Very few models have predictions compatible with F1. At the moment, there is not any list of models which support it, the only way is to look at their code or read the respective papers.

For FL, I recommend you check the outlier results for the KITTI 2015 dataset.

coufin commented 2 years ago

OK tahnk you.

coufin commented 2 years ago

when run craft I have this error RuntimeError: CUDA out of memory. Tried to allocate 286.00 MiB (GPU 0; 7.79 GiB total capacity; 6.15 GiB already allocated; 69.25 MiB free; 6.29 GiB reserved in total by PyTorch) If reserved memory is >> allocated memory try setting max_split_size_mb to avoid fragmentation.

hmorimitsu commented 2 years ago

This means CRAFT is too large for the GPU you are using. You either have to use smaller images, decrease the batch size, or run in a GPU with more memory.

coufin commented 2 years ago

I want to know where can I see the metrics of the test of these model? I can only see metrics like epe, px1 of train in tensorboard

coufin commented 2 years ago

When I train model dicl: The error is this RuntimeError: The expanded size of the tensor (1) must match the existing size (0) at non-singleton dimension 3. Target sizes: [1, 32, 5, 1]. Tensor sizes: [32, 5, 0]

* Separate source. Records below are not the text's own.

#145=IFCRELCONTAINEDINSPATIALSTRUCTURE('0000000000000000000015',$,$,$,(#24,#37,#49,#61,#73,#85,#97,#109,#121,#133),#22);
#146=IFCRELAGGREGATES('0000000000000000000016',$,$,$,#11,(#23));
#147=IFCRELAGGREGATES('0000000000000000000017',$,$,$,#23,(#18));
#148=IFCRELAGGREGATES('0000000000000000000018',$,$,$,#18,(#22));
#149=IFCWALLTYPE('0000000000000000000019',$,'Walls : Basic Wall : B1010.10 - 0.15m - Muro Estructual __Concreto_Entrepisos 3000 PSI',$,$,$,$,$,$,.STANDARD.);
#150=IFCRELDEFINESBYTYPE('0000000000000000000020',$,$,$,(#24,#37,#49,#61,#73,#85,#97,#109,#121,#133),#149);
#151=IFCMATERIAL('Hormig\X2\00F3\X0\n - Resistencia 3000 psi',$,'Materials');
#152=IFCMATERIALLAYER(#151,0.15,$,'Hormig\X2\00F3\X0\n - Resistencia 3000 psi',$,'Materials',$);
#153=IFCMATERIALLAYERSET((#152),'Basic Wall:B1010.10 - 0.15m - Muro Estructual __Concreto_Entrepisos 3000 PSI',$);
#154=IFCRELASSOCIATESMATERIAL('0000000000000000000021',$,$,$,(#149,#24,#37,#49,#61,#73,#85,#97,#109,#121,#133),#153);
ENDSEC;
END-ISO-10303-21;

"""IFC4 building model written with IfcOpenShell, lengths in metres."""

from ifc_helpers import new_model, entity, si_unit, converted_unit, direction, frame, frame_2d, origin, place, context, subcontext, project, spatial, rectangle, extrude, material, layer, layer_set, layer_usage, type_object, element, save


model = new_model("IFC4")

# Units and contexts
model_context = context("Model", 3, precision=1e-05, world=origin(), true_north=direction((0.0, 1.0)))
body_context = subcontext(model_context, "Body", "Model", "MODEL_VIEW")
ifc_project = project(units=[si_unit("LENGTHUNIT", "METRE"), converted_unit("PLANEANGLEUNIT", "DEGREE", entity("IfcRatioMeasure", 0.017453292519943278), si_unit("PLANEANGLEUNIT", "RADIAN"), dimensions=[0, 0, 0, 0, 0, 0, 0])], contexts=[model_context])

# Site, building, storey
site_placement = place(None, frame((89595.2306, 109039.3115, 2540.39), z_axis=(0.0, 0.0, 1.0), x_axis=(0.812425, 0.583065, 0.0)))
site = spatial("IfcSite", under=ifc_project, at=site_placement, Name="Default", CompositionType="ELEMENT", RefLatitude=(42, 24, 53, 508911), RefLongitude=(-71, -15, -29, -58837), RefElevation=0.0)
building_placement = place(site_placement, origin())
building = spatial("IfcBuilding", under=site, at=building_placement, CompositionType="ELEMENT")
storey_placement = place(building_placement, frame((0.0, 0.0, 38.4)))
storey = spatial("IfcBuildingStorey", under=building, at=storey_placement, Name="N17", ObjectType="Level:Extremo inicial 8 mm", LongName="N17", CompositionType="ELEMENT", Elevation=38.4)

hmorimitsu commented 1 year ago

I want to know where can I see the metrics of the test of these model? I can only see metrics like epe, px1 of train in tensorboard

By default, validation is run at the end of every epoch of training. So you should see the validation metrics as well.

Did you configure the datasets.yml file to point to the validation datasets?

hmorimitsu commented 1 year ago

When I train model dicl: The error is this RuntimeError: The expanded size of the tensor (1) must match the existing size (0) at non-singleton dimension 3. Target sizes: [1, 32, 5, 1]. Tensor sizes: [32, 5, 0]

Thanks for reporting. I'll take a look later to see what's wrong.

coufin commented 1 year ago

Can you tell me the difference between epe and loss?

hmorimitsu commented 1 year ago

EPE is just a value (the Euclidean distance), while the loss is the signal that drives the training. EPE could be used as the loss signal, but so could other values as well.

coufin commented 1 year ago

I want to know what is the signal of loss in the models, and why if epe used as loss signal why they are different?

coufin commented 1 year ago

If I want the x-axis change to epoch from batch in tensorboard, What should I do?

coufin commented 1 year ago

epe_epoch

hmorimitsu commented 1 year ago

Sorry, but I'm not sure. The logging is handled by Pytorch Lightning, so you can try to see their docs to find how to change it.